Have you asked the rep about or has he brought up their Arbitron (now Nielsen) ratings? Over the last decade the terrestrial radio listening FM audience has dropped significantly in most major markets as more people stream, XM, Sirius, etc. AM radio continues to have the largest and most loyal listening audience. Something else to consider. I know in my area there has been a lot of content, format, and ownership changes as stations try to find something that works for the long-term.


----------



## Wayne Wilkinson (Aug 28, 2015)

I know very few people around here that use the XM, Sirius radio. Those that do, often travel, a lot. We had a second meeting with the radio guy yesterday. He has a package put together for 4 slots a day, 60 second slots 2 ads compaired to the station im currently using. Getting aired by weekly 20 times a week, 40 times a month. This will cost us 440 a month for a 6 month package. The 6 month package will allow us to drop the advertising during our slow months, lower overhead while its slow, and then pick it back up right before spring time. I also have been working on our website. I had never used a "site builder" program before but its fairly upfront and simple. In total for the last 2 days I have close to 10 hours wrapped up in it. I still need to ad a bunch of pictures to our picture page. A few other things need some work but for the most part its complete. Now to figure the keywords thing out to get sites like google to find the site.


----------



## fordf150 (Aug 28, 2015)

I have tried it before and had no luck. lots of my current customers told me they had heard the ad but never any new customers. I still run radio ads but just to sponsor local high school games and tournaments.


----------



## stltreedr (Sep 3, 2015)

We have been advertising on the radio for about a year now. It generates many calls for us, but really depends on your message, market and target audience. the price you're paying is a small fraction of what we are spending though. It's all about repetition and name recognition. Once someone hears about you, they may not even remember where they heard it. I've had many people say they heard my ad on a radio station that we don't even advertise with.


----------



## treecutterjr (Sep 20, 2015)

Exactly, repetition & name recognition. Every mcD's commercial doesn't make you run and get a burger, but when you think of a burger and fries, or whatever, you think of them.

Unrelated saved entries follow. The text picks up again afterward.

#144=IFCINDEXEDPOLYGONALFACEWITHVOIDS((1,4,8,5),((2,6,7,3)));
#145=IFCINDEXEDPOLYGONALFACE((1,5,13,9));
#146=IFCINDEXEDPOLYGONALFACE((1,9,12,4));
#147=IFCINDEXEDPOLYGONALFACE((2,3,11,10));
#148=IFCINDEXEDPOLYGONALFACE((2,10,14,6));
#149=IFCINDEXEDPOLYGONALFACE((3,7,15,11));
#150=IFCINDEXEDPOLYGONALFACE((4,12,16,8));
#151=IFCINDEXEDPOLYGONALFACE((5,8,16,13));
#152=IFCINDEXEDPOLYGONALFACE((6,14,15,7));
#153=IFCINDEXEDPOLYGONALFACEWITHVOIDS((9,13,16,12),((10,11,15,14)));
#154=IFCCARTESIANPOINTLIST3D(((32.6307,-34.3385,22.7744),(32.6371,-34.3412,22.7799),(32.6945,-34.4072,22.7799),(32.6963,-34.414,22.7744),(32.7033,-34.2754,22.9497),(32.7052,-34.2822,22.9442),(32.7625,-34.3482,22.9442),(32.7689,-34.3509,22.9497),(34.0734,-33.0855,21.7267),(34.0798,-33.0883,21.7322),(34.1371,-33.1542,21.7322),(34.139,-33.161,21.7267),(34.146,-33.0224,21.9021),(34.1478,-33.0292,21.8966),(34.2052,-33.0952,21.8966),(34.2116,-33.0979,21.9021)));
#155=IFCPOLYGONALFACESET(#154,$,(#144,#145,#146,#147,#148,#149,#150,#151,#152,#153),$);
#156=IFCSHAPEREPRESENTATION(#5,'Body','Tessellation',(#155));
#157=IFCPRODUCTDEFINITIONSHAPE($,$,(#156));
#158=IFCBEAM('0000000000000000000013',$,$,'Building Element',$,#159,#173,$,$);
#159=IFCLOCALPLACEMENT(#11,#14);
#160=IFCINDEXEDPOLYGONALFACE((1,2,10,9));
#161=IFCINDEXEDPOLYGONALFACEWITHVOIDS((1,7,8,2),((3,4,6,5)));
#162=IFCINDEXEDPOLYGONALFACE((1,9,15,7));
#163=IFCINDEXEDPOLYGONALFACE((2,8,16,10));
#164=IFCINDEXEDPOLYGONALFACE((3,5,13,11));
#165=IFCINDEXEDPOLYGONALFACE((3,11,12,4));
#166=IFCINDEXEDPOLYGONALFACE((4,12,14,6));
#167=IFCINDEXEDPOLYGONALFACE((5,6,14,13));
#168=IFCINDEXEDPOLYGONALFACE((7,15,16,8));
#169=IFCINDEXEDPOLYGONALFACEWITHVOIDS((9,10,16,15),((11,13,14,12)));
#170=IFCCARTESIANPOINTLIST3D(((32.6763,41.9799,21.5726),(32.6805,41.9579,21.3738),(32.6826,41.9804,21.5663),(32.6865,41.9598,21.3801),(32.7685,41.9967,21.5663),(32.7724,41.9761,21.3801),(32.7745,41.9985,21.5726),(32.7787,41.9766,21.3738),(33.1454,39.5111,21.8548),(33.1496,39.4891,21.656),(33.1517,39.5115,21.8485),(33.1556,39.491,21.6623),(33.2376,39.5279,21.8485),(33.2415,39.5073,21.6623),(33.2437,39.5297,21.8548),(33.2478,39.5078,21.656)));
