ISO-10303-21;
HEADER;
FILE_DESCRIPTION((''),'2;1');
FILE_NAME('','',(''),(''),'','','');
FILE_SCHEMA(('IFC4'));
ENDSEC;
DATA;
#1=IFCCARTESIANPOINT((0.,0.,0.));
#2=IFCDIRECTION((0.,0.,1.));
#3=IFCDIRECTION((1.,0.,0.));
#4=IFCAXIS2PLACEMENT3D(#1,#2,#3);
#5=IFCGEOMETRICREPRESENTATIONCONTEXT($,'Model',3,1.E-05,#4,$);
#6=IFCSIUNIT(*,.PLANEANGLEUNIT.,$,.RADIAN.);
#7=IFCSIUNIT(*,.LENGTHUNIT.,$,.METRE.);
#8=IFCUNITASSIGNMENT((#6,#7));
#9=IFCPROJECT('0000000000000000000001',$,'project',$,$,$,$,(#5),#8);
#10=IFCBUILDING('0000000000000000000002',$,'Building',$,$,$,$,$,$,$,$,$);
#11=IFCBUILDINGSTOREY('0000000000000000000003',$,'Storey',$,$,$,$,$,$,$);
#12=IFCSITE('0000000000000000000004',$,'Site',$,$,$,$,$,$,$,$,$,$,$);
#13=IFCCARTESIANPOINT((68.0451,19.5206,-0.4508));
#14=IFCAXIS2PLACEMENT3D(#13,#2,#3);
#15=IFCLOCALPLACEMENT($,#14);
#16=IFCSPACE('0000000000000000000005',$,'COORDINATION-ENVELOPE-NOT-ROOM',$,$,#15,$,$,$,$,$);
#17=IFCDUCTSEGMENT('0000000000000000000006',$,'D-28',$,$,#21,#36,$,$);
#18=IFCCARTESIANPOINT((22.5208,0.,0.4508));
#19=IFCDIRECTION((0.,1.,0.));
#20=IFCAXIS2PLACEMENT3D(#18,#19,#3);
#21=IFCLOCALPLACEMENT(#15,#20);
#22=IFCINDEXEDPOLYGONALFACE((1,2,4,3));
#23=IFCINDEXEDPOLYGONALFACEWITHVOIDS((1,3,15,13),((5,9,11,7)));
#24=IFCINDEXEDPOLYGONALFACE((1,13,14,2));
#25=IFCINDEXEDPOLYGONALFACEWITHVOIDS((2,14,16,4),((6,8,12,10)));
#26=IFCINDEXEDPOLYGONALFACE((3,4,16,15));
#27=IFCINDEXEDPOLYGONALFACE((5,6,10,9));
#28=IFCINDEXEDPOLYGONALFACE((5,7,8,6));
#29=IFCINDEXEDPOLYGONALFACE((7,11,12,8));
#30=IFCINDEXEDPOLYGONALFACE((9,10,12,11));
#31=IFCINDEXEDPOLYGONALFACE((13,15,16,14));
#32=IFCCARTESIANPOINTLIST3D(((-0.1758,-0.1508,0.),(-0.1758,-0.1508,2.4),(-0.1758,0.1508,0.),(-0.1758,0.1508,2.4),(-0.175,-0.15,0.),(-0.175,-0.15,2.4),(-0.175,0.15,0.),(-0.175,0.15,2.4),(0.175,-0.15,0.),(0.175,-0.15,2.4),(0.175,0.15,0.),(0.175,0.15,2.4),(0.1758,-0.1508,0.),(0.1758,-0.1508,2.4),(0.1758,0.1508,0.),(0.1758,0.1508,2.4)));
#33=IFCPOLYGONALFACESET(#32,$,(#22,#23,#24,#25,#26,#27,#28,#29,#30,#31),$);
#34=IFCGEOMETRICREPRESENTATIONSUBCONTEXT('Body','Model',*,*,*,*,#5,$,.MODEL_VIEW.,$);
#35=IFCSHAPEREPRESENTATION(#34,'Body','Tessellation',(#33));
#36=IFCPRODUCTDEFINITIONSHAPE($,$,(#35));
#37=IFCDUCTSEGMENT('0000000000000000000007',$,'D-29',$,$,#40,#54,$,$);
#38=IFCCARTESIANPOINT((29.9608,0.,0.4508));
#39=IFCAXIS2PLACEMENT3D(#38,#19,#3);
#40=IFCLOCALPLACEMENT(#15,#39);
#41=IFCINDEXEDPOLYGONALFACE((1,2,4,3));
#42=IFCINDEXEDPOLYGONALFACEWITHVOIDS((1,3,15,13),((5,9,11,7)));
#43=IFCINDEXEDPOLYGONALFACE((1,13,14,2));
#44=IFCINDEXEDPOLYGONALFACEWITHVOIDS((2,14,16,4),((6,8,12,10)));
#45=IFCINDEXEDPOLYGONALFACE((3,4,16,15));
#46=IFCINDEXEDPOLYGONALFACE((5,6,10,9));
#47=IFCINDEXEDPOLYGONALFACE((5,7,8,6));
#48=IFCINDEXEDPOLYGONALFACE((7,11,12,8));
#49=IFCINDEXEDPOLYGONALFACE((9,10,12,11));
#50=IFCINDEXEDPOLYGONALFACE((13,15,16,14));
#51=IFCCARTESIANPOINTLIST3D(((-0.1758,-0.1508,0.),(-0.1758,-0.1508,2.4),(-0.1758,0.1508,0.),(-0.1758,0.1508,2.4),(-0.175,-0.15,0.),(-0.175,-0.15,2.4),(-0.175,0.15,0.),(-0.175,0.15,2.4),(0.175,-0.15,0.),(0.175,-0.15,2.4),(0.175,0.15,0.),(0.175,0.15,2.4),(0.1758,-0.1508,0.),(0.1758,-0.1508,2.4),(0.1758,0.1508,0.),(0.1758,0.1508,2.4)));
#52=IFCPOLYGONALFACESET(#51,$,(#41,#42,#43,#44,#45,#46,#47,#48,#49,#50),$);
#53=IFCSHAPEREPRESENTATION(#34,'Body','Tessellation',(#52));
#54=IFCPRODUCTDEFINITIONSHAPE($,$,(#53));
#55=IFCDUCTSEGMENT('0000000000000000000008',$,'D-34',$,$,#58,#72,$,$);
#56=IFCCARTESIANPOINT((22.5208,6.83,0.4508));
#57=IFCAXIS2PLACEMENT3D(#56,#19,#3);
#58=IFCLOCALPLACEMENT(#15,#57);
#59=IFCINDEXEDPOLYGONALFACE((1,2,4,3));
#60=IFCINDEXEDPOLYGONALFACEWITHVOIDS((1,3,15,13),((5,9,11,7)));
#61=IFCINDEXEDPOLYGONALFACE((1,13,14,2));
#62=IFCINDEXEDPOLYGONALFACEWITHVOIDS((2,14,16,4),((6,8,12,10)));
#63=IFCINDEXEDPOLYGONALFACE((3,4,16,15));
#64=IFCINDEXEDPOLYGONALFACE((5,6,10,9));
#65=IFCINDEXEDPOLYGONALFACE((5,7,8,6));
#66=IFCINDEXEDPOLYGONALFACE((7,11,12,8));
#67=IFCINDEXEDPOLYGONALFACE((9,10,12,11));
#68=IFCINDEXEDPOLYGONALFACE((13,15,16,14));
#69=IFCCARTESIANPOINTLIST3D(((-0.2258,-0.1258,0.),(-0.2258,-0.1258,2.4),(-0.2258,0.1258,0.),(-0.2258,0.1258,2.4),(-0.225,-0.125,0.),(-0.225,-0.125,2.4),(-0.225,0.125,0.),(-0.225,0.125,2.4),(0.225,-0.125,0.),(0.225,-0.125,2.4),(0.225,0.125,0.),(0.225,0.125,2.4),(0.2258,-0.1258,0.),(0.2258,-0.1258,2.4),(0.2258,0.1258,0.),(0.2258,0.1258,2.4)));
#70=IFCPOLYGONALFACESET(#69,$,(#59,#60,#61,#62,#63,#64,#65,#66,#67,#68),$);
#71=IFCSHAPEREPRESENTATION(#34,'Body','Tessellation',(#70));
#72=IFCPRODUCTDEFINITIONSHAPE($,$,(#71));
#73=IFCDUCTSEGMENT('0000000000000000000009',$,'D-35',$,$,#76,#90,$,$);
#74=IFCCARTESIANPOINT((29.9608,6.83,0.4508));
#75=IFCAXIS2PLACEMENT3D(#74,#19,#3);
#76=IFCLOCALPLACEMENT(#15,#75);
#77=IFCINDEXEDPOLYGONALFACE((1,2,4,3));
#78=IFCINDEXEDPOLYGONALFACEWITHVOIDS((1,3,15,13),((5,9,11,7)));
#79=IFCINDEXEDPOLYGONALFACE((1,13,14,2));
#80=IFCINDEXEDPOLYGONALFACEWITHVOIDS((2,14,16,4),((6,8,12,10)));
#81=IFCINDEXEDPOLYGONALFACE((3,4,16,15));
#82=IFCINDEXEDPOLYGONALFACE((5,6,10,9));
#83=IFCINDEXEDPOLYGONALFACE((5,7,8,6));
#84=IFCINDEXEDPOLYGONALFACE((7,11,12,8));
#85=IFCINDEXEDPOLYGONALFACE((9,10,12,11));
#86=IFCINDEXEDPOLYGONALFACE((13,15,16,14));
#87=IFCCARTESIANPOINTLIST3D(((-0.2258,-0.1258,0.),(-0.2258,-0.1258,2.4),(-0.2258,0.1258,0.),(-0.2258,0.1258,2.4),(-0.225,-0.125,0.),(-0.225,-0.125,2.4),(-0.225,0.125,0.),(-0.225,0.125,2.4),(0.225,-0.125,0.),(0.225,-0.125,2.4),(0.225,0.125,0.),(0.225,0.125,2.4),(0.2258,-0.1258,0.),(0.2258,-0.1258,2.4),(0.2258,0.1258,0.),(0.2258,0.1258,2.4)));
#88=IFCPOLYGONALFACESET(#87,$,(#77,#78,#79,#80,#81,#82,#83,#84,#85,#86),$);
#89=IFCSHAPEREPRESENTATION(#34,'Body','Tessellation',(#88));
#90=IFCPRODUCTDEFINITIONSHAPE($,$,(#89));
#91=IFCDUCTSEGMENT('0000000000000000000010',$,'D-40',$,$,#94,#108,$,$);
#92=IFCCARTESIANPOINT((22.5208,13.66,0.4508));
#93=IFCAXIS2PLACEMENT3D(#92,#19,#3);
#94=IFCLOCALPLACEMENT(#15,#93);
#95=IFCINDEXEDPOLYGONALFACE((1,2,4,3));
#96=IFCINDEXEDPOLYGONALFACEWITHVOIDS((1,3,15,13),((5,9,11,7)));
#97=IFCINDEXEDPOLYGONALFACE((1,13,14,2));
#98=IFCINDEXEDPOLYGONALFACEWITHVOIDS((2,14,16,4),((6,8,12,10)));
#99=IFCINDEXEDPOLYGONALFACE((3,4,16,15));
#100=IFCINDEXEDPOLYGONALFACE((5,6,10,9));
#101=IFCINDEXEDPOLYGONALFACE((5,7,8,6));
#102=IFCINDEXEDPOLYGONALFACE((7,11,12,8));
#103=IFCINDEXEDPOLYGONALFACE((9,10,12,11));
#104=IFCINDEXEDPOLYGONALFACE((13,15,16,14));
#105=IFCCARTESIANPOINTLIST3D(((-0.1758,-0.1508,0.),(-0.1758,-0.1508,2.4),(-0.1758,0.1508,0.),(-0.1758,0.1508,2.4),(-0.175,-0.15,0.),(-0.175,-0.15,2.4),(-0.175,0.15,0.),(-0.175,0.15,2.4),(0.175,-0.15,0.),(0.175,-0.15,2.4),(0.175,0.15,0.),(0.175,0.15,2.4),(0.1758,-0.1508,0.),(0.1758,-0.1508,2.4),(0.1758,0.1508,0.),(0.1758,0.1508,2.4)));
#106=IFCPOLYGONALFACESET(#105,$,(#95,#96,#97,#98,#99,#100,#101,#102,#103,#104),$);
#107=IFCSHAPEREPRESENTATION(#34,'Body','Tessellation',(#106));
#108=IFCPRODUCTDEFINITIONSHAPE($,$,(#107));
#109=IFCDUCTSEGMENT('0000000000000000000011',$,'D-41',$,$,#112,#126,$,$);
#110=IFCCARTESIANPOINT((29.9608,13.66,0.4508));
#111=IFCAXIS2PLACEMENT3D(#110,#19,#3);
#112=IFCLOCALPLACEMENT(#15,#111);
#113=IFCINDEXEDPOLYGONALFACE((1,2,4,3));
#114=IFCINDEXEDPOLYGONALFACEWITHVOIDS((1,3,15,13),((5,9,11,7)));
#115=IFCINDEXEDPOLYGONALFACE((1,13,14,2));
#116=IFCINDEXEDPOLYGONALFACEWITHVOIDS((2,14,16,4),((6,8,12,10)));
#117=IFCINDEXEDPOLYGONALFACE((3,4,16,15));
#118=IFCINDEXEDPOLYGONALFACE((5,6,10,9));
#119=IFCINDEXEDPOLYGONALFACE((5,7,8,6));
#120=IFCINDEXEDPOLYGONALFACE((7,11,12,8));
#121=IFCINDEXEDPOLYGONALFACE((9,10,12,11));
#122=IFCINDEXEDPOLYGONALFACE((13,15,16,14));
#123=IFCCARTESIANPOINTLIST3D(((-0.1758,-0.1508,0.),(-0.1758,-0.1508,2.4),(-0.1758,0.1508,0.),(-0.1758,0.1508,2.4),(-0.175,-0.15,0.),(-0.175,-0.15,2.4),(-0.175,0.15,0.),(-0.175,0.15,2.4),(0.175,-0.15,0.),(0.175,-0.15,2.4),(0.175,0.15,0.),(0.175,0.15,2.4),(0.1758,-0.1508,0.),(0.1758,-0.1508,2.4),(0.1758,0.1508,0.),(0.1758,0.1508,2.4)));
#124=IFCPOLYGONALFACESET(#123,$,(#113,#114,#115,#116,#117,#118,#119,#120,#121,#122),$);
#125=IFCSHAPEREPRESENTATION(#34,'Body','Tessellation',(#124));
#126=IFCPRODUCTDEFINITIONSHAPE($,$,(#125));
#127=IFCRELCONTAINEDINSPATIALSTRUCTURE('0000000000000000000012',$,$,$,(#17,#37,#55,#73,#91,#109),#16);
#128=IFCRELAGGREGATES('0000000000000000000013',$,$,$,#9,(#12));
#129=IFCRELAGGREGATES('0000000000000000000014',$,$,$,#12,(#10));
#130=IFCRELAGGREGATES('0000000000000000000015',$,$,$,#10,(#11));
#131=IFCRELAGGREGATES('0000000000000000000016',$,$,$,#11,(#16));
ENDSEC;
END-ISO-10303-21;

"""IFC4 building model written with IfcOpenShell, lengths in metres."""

from ifc_helpers import new_model, si_unit, frame, origin, origin_with_axes, place, context, subcontext, project, spatial, hollow_rectangle, extrude, element, save


model = new_model("IFC4")

# Units and contexts
model_context = context("Model", 3, precision=1e-05, world=origin_with_axes())
body_context = subcontext(model_context, "Body", "Model", "MODEL_VIEW")
ifc_project = project(units=[si_unit("PLANEANGLEUNIT", "RADIAN"), si_unit("LENGTHUNIT", "METRE")], contexts=[model_context])

# Site, building, storey, space
site = spatial("IfcSite", under=ifc_project, Name="Site")
building = spatial("IfcBuilding", under=site, Name="Building")
storey = spatial("IfcBuildingStorey", under=building, Name="Storey")
space_placement = place(None, frame((68.0451, 19.5206, -0.4508), z_axis=(0.0, 0.0, 1.0), x_axis=(1.0, 0.0, 0.0)))
space = spatial("IfcSpace", under=storey, at=space_placement, Name="COORDINATION-ENVELOPE-NOT-ROOM")

# Duct segments
for number, where, z_axis, x_axis, name in (
    (1, (22.5208, 0.0, 0.4508), (0.0, 1.0, 0.0), (1.0, 0.0, 0.0), "D-28"),
    (2, (29.9608, 0.0, 0.4508), (0.0, 1.0, 0.0), (1.0, 0.0, 0.0), "D-29"),
):
    element("IfcDuctSegment", number, at=place(space_placement, frame(where, z_axis=z_axis, x_axis=x_axis)), inside=space, Name=name, context=body_context, shape_type="SweptSolid", body=[
        extrude(hollow_rectangle(XDim=0.3516, YDim=0.3016, WallThickness=0.0008), origin(), (0.0, 0.0, 1.0), 2.4),
    ])
for number, where, z_axis, x_axis, name in (
    (3, (22.5208, 6.83, 0.4508), (0.0, 1.0, 0.0), (1.0, 0.0, 0.0), "D-34"),
    (4, (29.9608, 6.83, 0.4508), (0.0, 1.0, 0.0), (1.0, 0.0, 0.0), "D-35"),
):
    element("IfcDuctSegment", number, at=place(space_placement, frame(where, z_axis=z_axis, x_axis=x_axis)), inside=space, Name=name, context=body_context, shape_type="SweptSolid", body=[
        extrude(hollow_rectangle(XDim=0.4516, YDim=0.2516, WallThickness=0.0008), origin(), (0.0, 0.0, 1.0), 2.4),
    ])
for number, where, z_axis, x_axis, name in (
    (5, (22.5208, 13.66, 0.4508), (0.0, 1.0, 0.0), (1.0, 0.0, 0.0), "D-40"),
    (6, (29.9608, 13.66, 0.4508), (0.0, 1.0, 0.0), (1.0, 0.0, 0.0), "D-41"),
):
    element("IfcDuctSegment", number, at=place(space_placement, frame(where, z_axis=z_axis, x_axis=x_axis)), inside=space, Name=name, context=body_context, shape_type="SweptSolid", body=[
        extrude(hollow_rectangle(XDim=0.3516, YDim=0.3016, WallThickness=0.0008), origin(), (0.0, 0.0, 1.0), 2.4),
    ])

save(model, "model.ifc")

Sent from my SM-N910T using Tapatalk


----------



## ChoppyChoppy (Sep 20, 2015)

It worked too well for me the year I did radio ads. It got to the point I had to stop taking wood orders even cause I was so far backlogged.



Tree94 said:


> So the radio ad's do work?
> I've often thought about it and wondered if it would be worth it...
> 
> And I'd say the best time to air a commercial would be the first slot right after a chain of songs has been playing.
> When I listen to the radio, I'll listen to the non stop music for like 10 - 15 minutes or so, but then when the commercials hit, I'll make it halfway thru the first one, then change the station..



I haven't changed the radio station on the one in my garage (always left on) for at least 3 or 4 years!


----------



## Wayne Wilkinson (Sep 20, 2015)

Thanks for the tips guys. BTW nice web site valleyfirewood I like how you describe a cord and your heating conversion table. Has the site done anything for business?


----------



## nywalleye (Oct 16, 2015)

I personally never listen to the advertisements on the radio. I usually change the station once they start advertising all that nonsense. Your best bet is to advertise through either the internet or your local newspaper.


----------



## HLSupply (Oct 27, 2015)

I was previously an advertising/promotions manager for a NY radio station. Radio ads on a station that caters to adults who are likely home & business owners should work for arborists. @stltreedr the reason you have "... had many people say they heard my ad on a radio station that we don't even advertise with" is because we are inundated with ads in all media. It's tough to remember where you saw or heard what. You'll also get folks say they heard your ad, when they really saw it on the 'Net. 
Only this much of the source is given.